Pierre Ouellette compte toutefois adapter les tactiques à l’aspect «innovant, original» de l’UOF: «Ce qui m’a vraiment impressionné et franchement charmé du projet, c’est son caractère innovant […] Dans sa signature pédagogique, dans l’idée de vouloir faire beaucoup d’apprentissages par l’expérience, de vouloir travailler en partenariat avec la communauté […] Il faut aussi être innovants dans nos approches de recrutement pour que les gens vivent cette innovation-là en amont.»

Ce qui fait la force de l’Université, d’après le recteur, est toutefois également ce qui constitue ses plus grands défis. Convaincre les étudiants — et parfois même leurs parents — d’adhérer aux propositions «innovantes» de l’UOF n’est pas gagné d’avance.

«Si les parents ont étudié dans une université plus traditionnelle, ils pourraient ne pas comprendre ce qu’on est en train de faire à l’UOF. Nos programmes sont axés sur les grands défis de la société d’aujourd’hui… Ils ont été critiqués par certaines personnes, souvent des profs d’université qui défendent leur propre façon de faire, mais nos programmes sont axés sur les besoins de diplômés qui vont ensuite aller dans le monde et avoir un impact sur la société, dans les domaines qu’on a ciblés», explique Pierre Ouellette.

L’établissement espère d’ailleurs offrir un cinquième baccalauréat, en éducation, à la rentrée 2022 – le programme est en attente d’approbation de la province. «Ça répond à un besoin criant de la société franco-ontarienne, qui est la disponibilité de personnel enseignant qualifié en français […] On veut toujours être aux aguets, à essayer de voir quels sont les besoins de la communauté en matière de formation et de programmes, mais aussi comment les offrir», indique le recteur. 

Avec une offre de cours en comodalité — avec l’option d’être en classe ou à distance —, «beaucoup de ce qu’on a fait a été réfléchi en fonction de l’expérience étudiante».

Plus de partenariats envisagés

L’UOF ouvrira ses portes dans un contexte mouvementé pour l’éducation francophone postsecondaire en Ontario. Pierre Ouellette indique toutefois que l’établissement est très ouvert aux possibilités de partenariat avec ses homologues.

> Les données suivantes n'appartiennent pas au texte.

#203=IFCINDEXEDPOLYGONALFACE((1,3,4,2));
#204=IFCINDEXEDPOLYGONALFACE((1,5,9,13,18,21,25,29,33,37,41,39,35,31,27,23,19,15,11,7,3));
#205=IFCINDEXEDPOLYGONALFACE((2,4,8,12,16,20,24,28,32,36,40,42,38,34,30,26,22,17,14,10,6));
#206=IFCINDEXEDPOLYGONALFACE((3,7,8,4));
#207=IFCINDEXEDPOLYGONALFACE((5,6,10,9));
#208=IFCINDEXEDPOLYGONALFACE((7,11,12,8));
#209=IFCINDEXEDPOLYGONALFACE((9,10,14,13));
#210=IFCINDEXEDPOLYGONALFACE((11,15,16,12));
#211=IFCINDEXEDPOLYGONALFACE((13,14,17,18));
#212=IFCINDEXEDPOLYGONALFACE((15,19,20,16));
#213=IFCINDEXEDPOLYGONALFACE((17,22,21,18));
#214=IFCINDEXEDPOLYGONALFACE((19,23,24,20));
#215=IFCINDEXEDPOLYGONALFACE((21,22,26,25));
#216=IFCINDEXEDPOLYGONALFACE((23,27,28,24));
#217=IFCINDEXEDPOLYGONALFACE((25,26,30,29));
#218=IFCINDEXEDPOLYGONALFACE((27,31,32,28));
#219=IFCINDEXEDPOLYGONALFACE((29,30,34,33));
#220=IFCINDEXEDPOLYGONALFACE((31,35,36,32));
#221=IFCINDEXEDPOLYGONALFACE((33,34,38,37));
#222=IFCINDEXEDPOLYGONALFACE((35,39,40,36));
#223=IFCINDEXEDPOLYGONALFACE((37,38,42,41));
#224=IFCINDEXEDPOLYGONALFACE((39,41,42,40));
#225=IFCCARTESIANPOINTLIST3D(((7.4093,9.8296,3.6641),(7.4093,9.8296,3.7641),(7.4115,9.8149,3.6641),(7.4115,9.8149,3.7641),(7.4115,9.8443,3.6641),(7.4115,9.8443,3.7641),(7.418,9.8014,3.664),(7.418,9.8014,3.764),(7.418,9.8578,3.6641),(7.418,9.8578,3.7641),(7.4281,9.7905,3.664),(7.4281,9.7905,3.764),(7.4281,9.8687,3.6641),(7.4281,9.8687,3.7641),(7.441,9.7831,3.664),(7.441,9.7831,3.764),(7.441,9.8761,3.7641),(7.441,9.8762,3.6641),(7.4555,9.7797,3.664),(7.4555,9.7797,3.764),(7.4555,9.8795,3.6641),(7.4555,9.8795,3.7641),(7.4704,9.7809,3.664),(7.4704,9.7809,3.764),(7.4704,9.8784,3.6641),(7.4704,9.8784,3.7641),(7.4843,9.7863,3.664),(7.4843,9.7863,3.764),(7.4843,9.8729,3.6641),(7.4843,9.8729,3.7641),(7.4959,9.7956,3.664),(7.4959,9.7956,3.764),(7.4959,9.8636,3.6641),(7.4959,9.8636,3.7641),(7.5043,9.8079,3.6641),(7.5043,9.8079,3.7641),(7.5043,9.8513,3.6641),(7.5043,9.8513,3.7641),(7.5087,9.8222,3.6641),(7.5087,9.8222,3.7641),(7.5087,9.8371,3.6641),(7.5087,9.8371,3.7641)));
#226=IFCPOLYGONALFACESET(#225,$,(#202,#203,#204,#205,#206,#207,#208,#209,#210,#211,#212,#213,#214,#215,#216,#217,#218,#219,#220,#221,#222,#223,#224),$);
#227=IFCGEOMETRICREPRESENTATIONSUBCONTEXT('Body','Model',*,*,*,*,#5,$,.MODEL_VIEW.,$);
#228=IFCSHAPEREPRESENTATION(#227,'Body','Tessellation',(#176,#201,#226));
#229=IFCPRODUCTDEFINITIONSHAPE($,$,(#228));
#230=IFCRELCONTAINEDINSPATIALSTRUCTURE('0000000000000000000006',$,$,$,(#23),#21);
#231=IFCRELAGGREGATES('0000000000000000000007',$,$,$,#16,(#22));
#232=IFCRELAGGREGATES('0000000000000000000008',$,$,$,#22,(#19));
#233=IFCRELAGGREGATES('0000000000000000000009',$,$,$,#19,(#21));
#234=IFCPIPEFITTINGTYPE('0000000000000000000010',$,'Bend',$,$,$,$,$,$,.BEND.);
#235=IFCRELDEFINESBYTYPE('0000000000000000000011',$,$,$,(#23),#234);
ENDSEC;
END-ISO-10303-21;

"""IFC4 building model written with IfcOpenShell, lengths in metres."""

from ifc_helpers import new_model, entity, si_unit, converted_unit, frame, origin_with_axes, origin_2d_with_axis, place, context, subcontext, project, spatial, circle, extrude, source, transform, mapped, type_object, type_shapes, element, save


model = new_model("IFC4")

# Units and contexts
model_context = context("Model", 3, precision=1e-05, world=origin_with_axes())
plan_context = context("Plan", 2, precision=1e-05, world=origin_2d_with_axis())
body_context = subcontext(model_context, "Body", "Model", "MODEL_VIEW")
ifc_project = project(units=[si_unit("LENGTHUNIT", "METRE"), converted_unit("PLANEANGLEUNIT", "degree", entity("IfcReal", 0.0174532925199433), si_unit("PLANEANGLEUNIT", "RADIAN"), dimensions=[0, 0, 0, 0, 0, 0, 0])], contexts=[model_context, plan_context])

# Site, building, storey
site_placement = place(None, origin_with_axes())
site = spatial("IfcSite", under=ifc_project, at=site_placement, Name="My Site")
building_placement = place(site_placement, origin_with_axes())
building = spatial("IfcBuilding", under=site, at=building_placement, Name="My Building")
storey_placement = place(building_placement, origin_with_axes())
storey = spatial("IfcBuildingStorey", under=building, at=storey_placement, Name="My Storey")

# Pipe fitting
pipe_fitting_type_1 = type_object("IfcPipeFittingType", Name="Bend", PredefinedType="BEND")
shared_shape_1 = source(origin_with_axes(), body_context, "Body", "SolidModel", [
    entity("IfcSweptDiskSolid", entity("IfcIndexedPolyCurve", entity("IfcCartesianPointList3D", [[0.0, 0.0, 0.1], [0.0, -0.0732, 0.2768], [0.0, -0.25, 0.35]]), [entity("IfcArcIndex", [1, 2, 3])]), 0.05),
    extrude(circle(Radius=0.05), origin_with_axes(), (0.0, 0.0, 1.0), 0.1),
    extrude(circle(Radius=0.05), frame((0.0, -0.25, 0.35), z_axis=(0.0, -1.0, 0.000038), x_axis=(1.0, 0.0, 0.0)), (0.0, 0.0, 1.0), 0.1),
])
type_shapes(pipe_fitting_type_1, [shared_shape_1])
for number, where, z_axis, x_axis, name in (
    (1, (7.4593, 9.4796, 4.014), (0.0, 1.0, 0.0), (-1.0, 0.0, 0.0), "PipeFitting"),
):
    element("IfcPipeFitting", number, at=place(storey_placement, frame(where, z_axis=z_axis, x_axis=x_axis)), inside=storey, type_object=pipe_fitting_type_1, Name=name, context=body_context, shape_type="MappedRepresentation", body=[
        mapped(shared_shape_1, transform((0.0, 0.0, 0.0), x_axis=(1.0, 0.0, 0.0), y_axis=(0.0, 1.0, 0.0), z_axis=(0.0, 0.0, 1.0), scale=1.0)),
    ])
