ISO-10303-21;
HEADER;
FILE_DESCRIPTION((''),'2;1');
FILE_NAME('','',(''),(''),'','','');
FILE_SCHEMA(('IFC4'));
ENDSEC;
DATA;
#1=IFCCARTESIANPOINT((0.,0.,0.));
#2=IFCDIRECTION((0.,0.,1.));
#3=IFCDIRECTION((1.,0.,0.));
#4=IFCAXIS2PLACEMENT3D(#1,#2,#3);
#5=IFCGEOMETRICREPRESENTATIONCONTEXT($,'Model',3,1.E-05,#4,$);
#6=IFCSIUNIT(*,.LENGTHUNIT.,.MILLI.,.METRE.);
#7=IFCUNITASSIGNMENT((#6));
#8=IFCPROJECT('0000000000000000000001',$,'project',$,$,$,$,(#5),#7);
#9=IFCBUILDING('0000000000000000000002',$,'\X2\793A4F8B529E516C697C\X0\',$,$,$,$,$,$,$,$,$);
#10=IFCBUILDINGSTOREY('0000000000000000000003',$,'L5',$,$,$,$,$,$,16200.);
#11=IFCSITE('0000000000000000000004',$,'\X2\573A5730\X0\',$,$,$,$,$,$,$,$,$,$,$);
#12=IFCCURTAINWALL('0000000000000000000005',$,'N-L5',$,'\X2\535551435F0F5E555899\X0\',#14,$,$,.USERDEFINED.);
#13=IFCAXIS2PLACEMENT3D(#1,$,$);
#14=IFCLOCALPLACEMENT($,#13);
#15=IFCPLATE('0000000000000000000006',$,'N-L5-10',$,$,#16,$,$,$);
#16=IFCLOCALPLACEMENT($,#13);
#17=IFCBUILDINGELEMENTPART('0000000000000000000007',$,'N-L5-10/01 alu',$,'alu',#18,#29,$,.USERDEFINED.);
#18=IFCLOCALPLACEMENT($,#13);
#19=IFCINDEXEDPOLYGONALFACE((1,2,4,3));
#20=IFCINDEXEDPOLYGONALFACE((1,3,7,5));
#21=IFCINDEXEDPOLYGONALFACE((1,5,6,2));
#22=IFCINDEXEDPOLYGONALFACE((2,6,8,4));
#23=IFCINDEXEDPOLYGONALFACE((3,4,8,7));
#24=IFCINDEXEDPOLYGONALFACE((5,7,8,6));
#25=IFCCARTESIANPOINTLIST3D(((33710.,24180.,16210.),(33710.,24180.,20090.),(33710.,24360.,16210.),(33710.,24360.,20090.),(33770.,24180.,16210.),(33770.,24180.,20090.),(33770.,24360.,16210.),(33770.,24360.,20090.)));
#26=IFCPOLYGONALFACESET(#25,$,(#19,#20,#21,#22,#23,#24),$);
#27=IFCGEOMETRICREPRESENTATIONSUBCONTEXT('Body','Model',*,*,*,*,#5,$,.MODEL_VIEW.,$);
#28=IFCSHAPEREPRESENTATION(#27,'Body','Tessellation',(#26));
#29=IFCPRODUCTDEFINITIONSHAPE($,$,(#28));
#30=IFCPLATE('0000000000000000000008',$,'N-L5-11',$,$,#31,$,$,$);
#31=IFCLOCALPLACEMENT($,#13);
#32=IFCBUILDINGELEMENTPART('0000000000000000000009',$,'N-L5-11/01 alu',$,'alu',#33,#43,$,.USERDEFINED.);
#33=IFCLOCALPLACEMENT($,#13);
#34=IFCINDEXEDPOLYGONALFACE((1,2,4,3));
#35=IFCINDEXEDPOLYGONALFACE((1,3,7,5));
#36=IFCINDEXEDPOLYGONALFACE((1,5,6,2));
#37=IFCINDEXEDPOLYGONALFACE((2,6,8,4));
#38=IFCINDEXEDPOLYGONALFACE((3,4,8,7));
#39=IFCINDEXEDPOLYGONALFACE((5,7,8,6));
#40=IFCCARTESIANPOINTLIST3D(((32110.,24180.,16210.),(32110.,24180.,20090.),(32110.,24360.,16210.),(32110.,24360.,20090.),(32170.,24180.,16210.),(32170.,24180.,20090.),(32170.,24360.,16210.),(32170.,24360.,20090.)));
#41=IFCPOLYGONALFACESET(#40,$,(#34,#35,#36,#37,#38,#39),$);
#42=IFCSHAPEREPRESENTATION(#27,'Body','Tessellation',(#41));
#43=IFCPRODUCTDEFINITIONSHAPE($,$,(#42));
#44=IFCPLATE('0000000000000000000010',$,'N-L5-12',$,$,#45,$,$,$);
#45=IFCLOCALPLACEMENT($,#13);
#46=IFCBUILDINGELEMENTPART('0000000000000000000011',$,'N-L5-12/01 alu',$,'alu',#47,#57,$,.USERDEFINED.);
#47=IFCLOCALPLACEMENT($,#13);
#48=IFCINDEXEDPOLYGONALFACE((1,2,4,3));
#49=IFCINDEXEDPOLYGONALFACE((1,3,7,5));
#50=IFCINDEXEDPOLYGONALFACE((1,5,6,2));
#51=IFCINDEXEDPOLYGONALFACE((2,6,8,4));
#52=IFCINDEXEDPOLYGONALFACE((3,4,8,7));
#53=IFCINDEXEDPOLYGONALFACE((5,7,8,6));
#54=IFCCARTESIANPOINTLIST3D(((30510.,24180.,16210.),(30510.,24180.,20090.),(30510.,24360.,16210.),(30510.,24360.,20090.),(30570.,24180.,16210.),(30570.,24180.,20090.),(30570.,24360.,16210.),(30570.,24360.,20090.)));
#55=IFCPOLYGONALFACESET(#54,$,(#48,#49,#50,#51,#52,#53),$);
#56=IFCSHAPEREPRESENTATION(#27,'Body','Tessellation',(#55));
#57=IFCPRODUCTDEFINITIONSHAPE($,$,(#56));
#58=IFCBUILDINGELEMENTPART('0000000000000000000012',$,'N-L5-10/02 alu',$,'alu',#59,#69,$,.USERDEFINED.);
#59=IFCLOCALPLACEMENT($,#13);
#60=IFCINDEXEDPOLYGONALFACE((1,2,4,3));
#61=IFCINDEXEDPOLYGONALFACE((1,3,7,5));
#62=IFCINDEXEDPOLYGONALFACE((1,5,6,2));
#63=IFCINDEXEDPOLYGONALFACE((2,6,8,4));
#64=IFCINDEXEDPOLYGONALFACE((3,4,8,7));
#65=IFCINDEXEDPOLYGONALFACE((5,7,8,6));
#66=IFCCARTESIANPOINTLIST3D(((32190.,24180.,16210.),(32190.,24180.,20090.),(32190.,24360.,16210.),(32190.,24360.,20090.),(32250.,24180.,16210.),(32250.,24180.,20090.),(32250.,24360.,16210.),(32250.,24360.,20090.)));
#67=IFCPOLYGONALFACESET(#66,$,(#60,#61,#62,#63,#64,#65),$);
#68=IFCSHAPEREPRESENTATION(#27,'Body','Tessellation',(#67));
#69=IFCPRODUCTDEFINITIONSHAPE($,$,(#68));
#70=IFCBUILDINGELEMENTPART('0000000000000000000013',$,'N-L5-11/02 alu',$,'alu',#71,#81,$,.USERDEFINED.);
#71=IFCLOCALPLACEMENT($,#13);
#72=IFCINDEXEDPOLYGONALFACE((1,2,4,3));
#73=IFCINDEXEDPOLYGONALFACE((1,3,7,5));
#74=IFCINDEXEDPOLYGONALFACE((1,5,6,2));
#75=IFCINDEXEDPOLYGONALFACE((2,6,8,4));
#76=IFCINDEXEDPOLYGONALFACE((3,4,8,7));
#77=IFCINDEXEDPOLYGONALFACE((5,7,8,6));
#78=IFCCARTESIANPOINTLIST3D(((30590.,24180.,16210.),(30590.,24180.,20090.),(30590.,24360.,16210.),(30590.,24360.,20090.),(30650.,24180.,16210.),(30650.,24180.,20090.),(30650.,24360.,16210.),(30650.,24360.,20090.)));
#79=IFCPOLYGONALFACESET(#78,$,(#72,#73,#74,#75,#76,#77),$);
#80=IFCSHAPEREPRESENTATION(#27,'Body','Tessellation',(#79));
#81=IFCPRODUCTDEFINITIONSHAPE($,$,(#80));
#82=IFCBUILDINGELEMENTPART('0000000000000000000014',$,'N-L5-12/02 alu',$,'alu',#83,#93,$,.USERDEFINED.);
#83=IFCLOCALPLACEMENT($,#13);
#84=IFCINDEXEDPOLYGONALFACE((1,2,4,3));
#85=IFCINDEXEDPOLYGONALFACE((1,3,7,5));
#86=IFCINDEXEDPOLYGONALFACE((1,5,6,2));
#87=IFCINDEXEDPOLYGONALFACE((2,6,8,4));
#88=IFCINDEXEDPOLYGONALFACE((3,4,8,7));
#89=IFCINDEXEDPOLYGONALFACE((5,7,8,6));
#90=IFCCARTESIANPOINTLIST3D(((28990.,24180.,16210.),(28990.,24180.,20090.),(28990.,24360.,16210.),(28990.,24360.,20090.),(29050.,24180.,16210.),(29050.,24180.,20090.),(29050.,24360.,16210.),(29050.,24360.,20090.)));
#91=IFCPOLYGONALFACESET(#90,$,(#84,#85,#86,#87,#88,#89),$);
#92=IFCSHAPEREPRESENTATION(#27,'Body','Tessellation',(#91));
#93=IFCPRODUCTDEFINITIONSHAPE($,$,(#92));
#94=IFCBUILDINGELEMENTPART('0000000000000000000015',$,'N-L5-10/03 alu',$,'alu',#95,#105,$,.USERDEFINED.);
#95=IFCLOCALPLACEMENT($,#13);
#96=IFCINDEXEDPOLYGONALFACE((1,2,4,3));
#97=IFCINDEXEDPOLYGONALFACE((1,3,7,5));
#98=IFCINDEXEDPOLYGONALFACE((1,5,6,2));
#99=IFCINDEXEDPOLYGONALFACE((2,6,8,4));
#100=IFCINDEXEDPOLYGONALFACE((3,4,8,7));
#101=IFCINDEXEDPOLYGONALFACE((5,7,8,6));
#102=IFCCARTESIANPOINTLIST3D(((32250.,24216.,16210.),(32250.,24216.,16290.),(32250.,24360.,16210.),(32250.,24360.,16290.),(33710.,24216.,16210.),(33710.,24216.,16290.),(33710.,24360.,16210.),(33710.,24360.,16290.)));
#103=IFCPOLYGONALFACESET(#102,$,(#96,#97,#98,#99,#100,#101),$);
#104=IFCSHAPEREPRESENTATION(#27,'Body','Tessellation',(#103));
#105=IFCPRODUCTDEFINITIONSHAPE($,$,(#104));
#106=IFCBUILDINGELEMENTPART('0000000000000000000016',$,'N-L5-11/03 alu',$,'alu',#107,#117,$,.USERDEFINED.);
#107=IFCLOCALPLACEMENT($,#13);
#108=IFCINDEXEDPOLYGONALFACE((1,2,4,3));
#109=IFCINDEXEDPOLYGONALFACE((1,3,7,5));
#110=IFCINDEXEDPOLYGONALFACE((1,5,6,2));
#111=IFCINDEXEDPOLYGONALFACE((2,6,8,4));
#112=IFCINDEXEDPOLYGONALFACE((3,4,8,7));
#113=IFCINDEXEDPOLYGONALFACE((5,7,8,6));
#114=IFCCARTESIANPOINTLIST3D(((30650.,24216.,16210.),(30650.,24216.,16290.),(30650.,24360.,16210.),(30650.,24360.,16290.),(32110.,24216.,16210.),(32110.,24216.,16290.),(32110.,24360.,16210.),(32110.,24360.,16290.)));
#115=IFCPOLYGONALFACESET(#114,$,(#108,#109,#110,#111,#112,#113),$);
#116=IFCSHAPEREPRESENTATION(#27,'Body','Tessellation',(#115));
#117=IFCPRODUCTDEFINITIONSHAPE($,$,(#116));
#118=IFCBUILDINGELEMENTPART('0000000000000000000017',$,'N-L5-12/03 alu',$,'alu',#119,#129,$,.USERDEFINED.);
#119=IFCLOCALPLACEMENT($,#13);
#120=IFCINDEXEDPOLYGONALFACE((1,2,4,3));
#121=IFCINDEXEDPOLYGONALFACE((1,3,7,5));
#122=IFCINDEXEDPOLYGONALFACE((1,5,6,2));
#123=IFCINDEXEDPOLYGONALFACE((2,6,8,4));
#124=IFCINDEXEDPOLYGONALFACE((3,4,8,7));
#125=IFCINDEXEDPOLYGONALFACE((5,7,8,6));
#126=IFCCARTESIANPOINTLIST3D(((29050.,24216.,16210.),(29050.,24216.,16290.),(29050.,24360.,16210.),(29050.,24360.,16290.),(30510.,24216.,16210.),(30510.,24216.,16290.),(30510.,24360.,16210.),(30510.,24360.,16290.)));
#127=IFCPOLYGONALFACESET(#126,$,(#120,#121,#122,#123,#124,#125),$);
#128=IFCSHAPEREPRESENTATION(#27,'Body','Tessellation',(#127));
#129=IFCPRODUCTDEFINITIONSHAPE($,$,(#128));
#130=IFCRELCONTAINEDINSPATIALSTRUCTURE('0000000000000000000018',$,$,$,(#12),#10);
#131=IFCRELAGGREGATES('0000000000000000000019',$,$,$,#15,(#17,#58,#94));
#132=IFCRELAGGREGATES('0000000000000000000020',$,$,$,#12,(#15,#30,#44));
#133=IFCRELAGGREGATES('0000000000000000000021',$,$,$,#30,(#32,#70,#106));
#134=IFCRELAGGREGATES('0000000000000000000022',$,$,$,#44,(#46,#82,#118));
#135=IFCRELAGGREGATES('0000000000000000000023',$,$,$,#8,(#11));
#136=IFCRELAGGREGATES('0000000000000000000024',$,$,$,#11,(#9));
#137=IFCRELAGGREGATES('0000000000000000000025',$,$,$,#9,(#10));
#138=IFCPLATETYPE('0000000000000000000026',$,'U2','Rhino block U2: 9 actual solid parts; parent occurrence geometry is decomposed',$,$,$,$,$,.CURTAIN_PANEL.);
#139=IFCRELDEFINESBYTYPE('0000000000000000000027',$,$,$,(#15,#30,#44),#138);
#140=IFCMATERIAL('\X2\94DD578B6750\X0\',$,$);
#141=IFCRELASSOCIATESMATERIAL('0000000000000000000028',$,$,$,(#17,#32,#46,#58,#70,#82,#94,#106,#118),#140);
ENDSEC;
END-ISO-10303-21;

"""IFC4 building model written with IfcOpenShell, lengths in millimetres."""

from ifc_helpers import new_model, si_unit, frame, frame_2d, origin, origin_with_axes, place, context, subcontext, project, spatial, rectangle, extrude, source, transform, mapped, material, type_object, element, aggregate, save


model = new_model("IFC4")

# Units and contexts
model_context = context("Model", 3, precision=1e-05, world=origin_with_axes())
body_context = subcontext(model_context, "Body", "Model", "MODEL_VIEW")
ifc_project = project(units=[si_unit("LENGTHUNIT", "METRE", prefix="MILLI")], contexts=[model_context])

# Site, building, storey
site = spatial("IfcSite", under=ifc_project, Name="场地")
building = spatial("IfcBuilding", under=site, Name="示例办公楼")
storey = spatial("IfcBuildingStorey", under=building, Name="L5", Elevation=16200.0)

# Curtain wall, plates, building element parts
curtain_wall = element("IfcCurtainWall", 1, inside=storey, Name="N-L5", ObjectType="单元式幕墙", PredefinedType="USERDEFINED")
plate_type = type_object("IfcPlateType", Name="U2", Description="Rhino block U2: 9 actual solid parts; parent occurrence geometry is decomposed", PredefinedType="CURTAIN_PANEL")
plate_1_placement = place(None, frame((33770.0, 24360.0, 16210.0), z_axis=(0.0, 0.0, 1.0), x_axis=(-1.0, 0.0, 0.0)))
plate_1 = element("IfcPlate", 2, at=plate_1_placement, type_object=plate_type, Name="N-L5-10")
ifc_material_1 = material(Name="铝型材")
shared_shape_1 = source(origin(), body_context, "Body", "SweptSolid", [
    extrude(rectangle(XDim=60.0, YDim=180.0, at=frame_2d((30.0, 90.0))), origin(), (0.0, 0.0, 1.0), 3880.0),
])
building_element_part_1_placement = place(plate_1_placement, origin())
building_element_part_1 = element("IfcBuildingElementPart", 3, at=building_element_part_1_placement, material=ifc_material_1, Name="N-L5-10/01 alu", ObjectType="alu", PredefinedType="USERDEFINED", context=body_context, shape_type="MappedRepresentation", body=[
    mapped(shared_shape_1, transform((0.0, 0.0, 0.0))),
])
plate_2_placement = place(None, frame((32170.0, 24360.0, 16210.0), z_axis=(0.0, 0.0, 1.0), x_axis=(-1.0, 0.0, 0.0)))
plate_2 = element("IfcPlate", 4, at=plate_2_placement, type_object=plate_type, Name="N-L5-11")
building_element_part_2_placement = place(plate_2_placement, origin())
building_element_part_2 = element("IfcBuildingElementPart", 5, at=building_element_part_2_placement, material=ifc_material_1, Name="N-L5-11/01 alu", ObjectType="alu", PredefinedType="USERDEFINED", context=body_context, shape_type="MappedRepresentation", body=[
    mapped(shared_shape_1, transform((0.0, 0.0, 0.0))),
])
plate_3_placement = place(None, frame((30570.0, 24360.0, 16210.0), z_axis=(0.0, 0.0, 1.0), x_axis=(-1.0, 0.0, 0.0)))
plate_3 = element("IfcPlate", 6, at=plate_3_placement, type_object=plate_type, Name="N-L5-12")
building_element_part_3_placement = place(plate_3_placement, origin())
building_element_part_3 = element("IfcBuildingElementPart", 7, at=building_element_part_3_placement, material=ifc_material_1, Name="N-L5-12/01 alu", ObjectType="alu", PredefinedType="USERDEFINED", context=body_context, shape_type="MappedRepresentation", body=[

«Il y a déjà des collaborations qui ont été établies avant même que j’arrive; avec l’Université de Hearst par exemple, l’autre université de langue française en Ontario, un partenariat existe et va continuer de se développer. On travaille aussi à des initiatives avec le Collège La Cité, à Ottawa.»

Quant au Moyen-Nord, le recteur indique regarder «de très, très près ce qui se passe à Sudbury. Ce qui s’est passé à l’Université Laurentienne m’a touché de très près, j’ai moi-même étudié dans un département qui n’existe plus aujourd’hui», précise Pierre Ouellette.

«On sait qu’il y a du potentiel pour collaborer, beaucoup de personnes ont parlé d’un réseau d’universités de langue française en Ontario ; c’est une belle possibilité! Mais on va attendre de voir, laisser les gens du Moyen-Nord essayer de faire un tri dans ce qui se passe, se concerter, travailler ensemble», enchaine-t-il.

Le recteur estime que «ce n’est pas à nous, comme Université de l’Ontario français qui n’avons même pas encore offert notre premier cours, d’arriver à la Laurentienne et de dire: “C’est comme ça que ça devrait se faire.” Ça ne sera pas ça notre approche, notre attitude. Mais on est très ouverts à parler avec tout le monde et à travailler de façon collaborative».

Pour celui qui a participé en 2012 aux États généraux sur le postsecondaire en Ontario français, orchestrés par le Regroupement étudiant franco-ontarien (RÉFO), «il faut toujours se rappeler d’où vient l’UOF, c’est quoi la volonté de la communauté, des gouvernements; c’est pour remplir un besoin au niveau de l’accès aux études en français au niveau universitaire dans le Centre et le Sud-Ouest. Notre recrutement doit prioriser d’abord ces populations-là».

Enfin, Pierre Ouellette ajoute qu’il se sent «incroyablement choyé d’assister au lancement d’une nouvelle université – ça n’arrive vraiment pas souvent, surtout au Canada français à l’extérieur du Québec! On a de nouvelles installations, un campus archimoderne à cinq minutes du lac Ontario, de nouveaux programmes, du nouveau personnel… Je me trouve vraiment très chanceux de pouvoir vivre ça, ça m’enthousiasme énormément».